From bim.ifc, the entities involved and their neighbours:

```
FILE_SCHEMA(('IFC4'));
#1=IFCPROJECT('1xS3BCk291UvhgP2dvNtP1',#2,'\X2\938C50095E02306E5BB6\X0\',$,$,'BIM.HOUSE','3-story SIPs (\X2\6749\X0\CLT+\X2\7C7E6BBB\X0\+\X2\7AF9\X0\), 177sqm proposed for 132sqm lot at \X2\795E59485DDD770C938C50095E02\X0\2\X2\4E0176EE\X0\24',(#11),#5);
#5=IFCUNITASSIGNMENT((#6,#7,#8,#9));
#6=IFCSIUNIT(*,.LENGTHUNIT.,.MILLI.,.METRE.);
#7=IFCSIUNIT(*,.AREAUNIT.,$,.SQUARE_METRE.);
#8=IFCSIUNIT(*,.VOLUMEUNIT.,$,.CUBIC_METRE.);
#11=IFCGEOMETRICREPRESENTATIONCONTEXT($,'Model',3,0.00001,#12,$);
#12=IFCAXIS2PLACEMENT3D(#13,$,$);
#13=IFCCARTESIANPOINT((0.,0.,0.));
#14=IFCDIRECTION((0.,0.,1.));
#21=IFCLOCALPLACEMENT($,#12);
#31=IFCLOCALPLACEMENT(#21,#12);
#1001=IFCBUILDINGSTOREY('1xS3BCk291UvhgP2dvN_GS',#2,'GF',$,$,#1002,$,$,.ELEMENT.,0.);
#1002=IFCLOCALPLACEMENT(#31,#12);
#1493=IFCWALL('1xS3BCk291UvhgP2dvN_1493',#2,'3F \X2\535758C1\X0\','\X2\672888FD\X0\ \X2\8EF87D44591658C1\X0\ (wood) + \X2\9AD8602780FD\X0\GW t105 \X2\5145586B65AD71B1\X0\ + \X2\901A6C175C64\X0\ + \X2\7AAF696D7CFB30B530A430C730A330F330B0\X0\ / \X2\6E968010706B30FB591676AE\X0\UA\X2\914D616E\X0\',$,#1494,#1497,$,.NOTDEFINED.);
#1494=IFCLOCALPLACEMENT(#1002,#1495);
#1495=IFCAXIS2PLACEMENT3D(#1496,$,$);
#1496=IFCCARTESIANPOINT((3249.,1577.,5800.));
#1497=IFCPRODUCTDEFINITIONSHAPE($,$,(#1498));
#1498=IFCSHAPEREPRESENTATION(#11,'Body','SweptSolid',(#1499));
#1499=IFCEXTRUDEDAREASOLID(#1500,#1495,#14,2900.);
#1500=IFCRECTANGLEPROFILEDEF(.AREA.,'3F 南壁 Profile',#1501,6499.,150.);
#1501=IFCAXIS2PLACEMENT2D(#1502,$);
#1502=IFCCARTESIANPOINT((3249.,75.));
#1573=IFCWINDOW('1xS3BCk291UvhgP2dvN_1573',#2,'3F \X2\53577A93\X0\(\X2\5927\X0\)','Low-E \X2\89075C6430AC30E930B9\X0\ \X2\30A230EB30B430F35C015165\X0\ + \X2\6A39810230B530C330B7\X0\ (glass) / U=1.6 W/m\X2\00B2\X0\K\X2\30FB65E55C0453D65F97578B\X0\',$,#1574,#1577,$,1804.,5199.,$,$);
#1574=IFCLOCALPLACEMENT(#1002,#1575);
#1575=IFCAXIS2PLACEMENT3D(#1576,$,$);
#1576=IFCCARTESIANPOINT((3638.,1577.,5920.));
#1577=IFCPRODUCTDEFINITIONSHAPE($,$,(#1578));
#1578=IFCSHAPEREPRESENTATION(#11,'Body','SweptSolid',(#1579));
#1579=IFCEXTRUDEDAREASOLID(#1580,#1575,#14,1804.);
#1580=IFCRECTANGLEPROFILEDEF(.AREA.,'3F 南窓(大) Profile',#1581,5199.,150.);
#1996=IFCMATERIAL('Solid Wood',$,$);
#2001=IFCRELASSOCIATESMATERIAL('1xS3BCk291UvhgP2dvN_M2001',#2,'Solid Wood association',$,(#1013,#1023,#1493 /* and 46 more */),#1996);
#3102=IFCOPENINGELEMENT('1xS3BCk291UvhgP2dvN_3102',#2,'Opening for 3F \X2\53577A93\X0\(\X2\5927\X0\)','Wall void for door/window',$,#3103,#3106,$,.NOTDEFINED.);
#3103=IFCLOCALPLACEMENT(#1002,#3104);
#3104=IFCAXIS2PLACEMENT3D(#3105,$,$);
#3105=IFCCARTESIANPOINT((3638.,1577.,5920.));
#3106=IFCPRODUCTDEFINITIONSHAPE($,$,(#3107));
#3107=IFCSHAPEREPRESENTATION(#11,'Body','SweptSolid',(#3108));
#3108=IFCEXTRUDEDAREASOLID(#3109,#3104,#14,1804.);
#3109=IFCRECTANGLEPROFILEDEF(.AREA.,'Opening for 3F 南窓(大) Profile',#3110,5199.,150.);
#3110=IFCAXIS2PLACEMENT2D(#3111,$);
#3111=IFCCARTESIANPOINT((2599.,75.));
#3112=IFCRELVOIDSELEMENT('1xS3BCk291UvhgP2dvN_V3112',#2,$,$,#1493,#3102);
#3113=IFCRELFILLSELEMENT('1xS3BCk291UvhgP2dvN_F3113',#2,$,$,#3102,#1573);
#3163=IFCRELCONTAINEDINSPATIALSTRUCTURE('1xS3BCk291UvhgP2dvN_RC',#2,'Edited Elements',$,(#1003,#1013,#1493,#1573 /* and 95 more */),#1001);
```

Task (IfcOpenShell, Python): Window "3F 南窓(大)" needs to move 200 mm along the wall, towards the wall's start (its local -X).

```python
import ifcopenshell
import ifcopenshell.api.geometry
import ifcopenshell.util.placement
import ifcopenshell.util.unit

model = ifcopenshell.open("bim.ifc")
unit_scale = ifcopenshell.util.unit.calculate_unit_scale(model)

window = model.by_id(1573)
opening = window.FillsVoids[0].RelatingOpeningElement
wall = opening.VoidsElements[0].RelatingBuildingElement

wall_matrix = ifcopenshell.util.placement.get_local_placement(wall.ObjectPlacement)
shift = wall_matrix[:3, 0] * -0.2 / unit_scale
before = ifcopenshell.util.placement.get_local_placement(window.ObjectPlacement)[:3, 3].copy()

# The window is not placed relative to its opening, so move both.
for product in (opening, window):
    matrix = ifcopenshell.util.placement.get_local_placement(product.ObjectPlacement)
    matrix[:3, 3] += shift
    ifcopenshell.api.geometry.edit_object_placement(model, product=product, matrix=matrix, is_si=False)

after = ifcopenshell.util.placement.get_local_placement(window.ObjectPlacement)[:3, 3]
print("window moved by", (after - before).round(3) + 0.0)

model.write("bim_edited.ifc")
```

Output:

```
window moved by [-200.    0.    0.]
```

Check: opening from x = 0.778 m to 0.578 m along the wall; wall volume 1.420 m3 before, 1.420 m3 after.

------------------------------------------------------------------------

WORK REQUIRED: Write an exact transcription of every entry above.

SOLUTION BELOW:
From bim.ifc, the entities involved and their neighbours:

```
FILE_SCHEMA(('IFC4'));
#1=IFCPROJECT('1xS3BCk291UvhgP2dvNtP1',#2,'\X2\938C50095E02306E5BB6\X0\',$,$,'BIM.HOUSE','3-story SIPs (\X2\6749\X0\CLT+\X2\7C7E6BBB\X0\+\X2\7AF9\X0\), 177sqm proposed for 132sqm lot at \X2\795E59485DDD770C938C50095E02\X0\2\X2\4E0176EE\X0\24',(#11),#5);
#5=IFCUNITASSIGNMENT((#6,#7,#8,#9));
#6=IFCSIUNIT(*,.LENGTHUNIT.,.MILLI.,.METRE.);
#7=IFCSIUNIT(*,.AREAUNIT.,$,.SQUARE_METRE.);
#8=IFCSIUNIT(*,.VOLUMEUNIT.,$,.CUBIC_METRE.);
#11=IFCGEOMETRICREPRESENTATIONCONTEXT($,'Model',3,0.00001,#12,$);
#12=IFCAXIS2PLACEMENT3D(#13,$,$);
#13=IFCCARTESIANPOINT((0.,0.,0.));
#14=IFCDIRECTION((0.,0.,1.));
#21=IFCLOCALPLACEMENT($,#12);
#31=IFCLOCALPLACEMENT(#21,#12);
#1001=IFCBUILDINGSTOREY('1xS3BCk291UvhgP2dvN_GS',#2,'GF',$,$,#1002,$,$,.ELEMENT.,0.);
#1002=IFCLOCALPLACEMENT(#31,#12);
#1493=IFCWALL('1xS3BCk291UvhgP2dvN_1493',#2,'3F \X2\535758C1\X0\','\X2\672888FD\X0\ \X2\8EF87D44591658C1\X0\ (wood) + \X2\9AD8602780FD\X0\GW t105 \X2\5145586B65AD71B1\X0\ + \X2\901A6C175C64\X0\ + \X2\7AAF696D7CFB30B530A430C730A330F330B0\X0\ / \X2\6E968010706B30FB591676AE\X0\UA\X2\914D616E\X0\',$,#1494,#1497,$,.NOTDEFINED.);
#1494=IFCLOCALPLACEMENT(#1002,#1495);
#1495=IFCAXIS2PLACEMENT3D(#1496,$,$);
#1496=IFCCARTESIANPOINT((3249.,1577.,5800.));
#1497=IFCPRODUCTDEFINITIONSHAPE($,$,(#1498));
#1498=IFCSHAPEREPRESENTATION(#11,'Body','SweptSolid',(#1499));
#1499=IFCEXTRUDEDAREASOLID(#1500,#1495,#14,2900.);
#1500=IFCRECTANGLEPROFILEDEF(.AREA.,'3F 南壁 Profile',#1501,6499.,150.);
#1501=IFCAXIS2PLACEMENT2D(#1502,$);
#1502=IFCCARTESIANPOINT((3249.,75.));
#1573=IFCWINDOW('1xS3BCk291UvhgP2dvN_1573',#2,'3F \X2\53577A93\X0\(\X2\5927\X0\)','Low-E \X2\89075C6430AC30E930B9\X0\ \X2\30A230EB30B430F35C015165\X0\ + \X2\6A39810230B530C330B7\X0\ (glass) / U=1.6 W/m\X2\00B2\X0\K\X2\30FB65E55C0453D65F97578B\X0\',$,#1574,#1577,$,1804.,5199.,$,$);
#1574=IFCLOCALPLACEMENT(#1002,#1575);
#1575=IFCAXIS2PLACEMENT3D(#1576,$,$);
#1576=IFCCARTESIANPOINT((3638.,1577.,5920.));
#1577=IFCPRODUCTDEFINITIONSHAPE($,$,(#1578));
#1578=IFCSHAPEREPRESENTATION(#11,'Body','SweptSolid',(#1579));
#1579=IFCEXTRUDEDAREASOLID(#1580,#1575,#14,1804.);
#1580=IFCRECTANGLEPROFILEDEF(.AREA.,'3F 南窓(大) Profile',#1581,5199.,150.);
#1996=IFCMATERIAL('Solid Wood',$,$);
#2001=IFCRELASSOCIATESMATERIAL('1xS3BCk291UvhgP2dvN_M2001',#2,'Solid Wood association',$,(#1013,#1023,#1493 /* and 46 more */),#1996);
#3102=IFCOPENINGELEMENT('1xS3BCk291UvhgP2dvN_3102',#2,'Opening for 3F \X2\53577A93\X0\(\X2\5927\X0\)','Wall void for door/window',$,#3103,#3106,$,.NOTDEFINED.);
#3103=IFCLOCALPLACEMENT(#1002,#3104);
#3104=IFCAXIS2PLACEMENT3D(#3105,$,$);
#3105=IFCCARTESIANPOINT((3638.,1577.,5920.));
#3106=IFCPRODUCTDEFINITIONSHAPE($,$,(#3107));
#3107=IFCSHAPEREPRESENTATION(#11,'Body','SweptSolid',(#3108));
#3108=IFCEXTRUDEDAREASOLID(#3109,#3104,#14,1804.);
#3109=IFCRECTANGLEPROFILEDEF(.AREA.,'Opening for 3F 南窓(大) Profile',#3110,5199.,150.);
#3110=IFCAXIS2PLACEMENT2D(#3111,$);
#3111=IFCCARTESIANPOINT((2599.,75.));
#3112=IFCRELVOIDSELEMENT('1xS3BCk291UvhgP2dvN_V3112',#2,$,$,#1493,#3102);
#3113=IFCRELFILLSELEMENT('1xS3BCk291UvhgP2dvN_F3113',#2,$,$,#3102,#1573);
#3163=IFCRELCONTAINEDINSPATIALSTRUCTURE('1xS3BCk291UvhgP2dvN_RC',#2,'Edited Elements',$,(#1003,#1013,#1493,#1573 /* and 95 more */),#1001);
```

Task (IfcOpenShell, Python): Window "3F 南窓(大)" needs to move 200 mm along the wall, towards the wall's start (its local -X).

```python
import ifcopenshell
import ifcopenshell.api.geometry
import ifcopenshell.util.placement
import ifcopenshell.util.unit

model = ifcopenshell.open("bim.ifc")
unit_scale = ifcopenshell.util.unit.calculate_unit_scale(model)

window = model.by_id(1573)
opening = window.FillsVoids[0].RelatingOpeningElement
wall = opening.VoidsElements[0].RelatingBuildingElement

wall_matrix = ifcopenshell.util.placement.get_local_placement(wall.ObjectPlacement)
shift = wall_matrix[:3, 0] * -0.2 / unit_scale
before = ifcopenshell.util.placement.get_local_placement(window.ObjectPlacement)[:3, 3].copy()

# The window is not placed relative to its opening, so move both.
for product in (opening, window):
    matrix = ifcopenshell.util.placement.get_local_placement(product.ObjectPlacement)
    matrix[:3, 3] += shift
    ifcopenshell.api.geometry.edit_object_placement(model, product=product, matrix=matrix, is_si=False)

after = ifcopenshell.util.placement.get_local_placement(window.ObjectPlacement)[:3, 3]
print("window moved by", (after - before).round(3) + 0.0)

model.write("bim_edited.ifc")
```

Output:

```
window moved by [-200.    0.    0.]
```

Check: opening from x = 0.778 m to 0.578 m along the wall; wall volume 1.420 m3 before, 1.420 m3 after.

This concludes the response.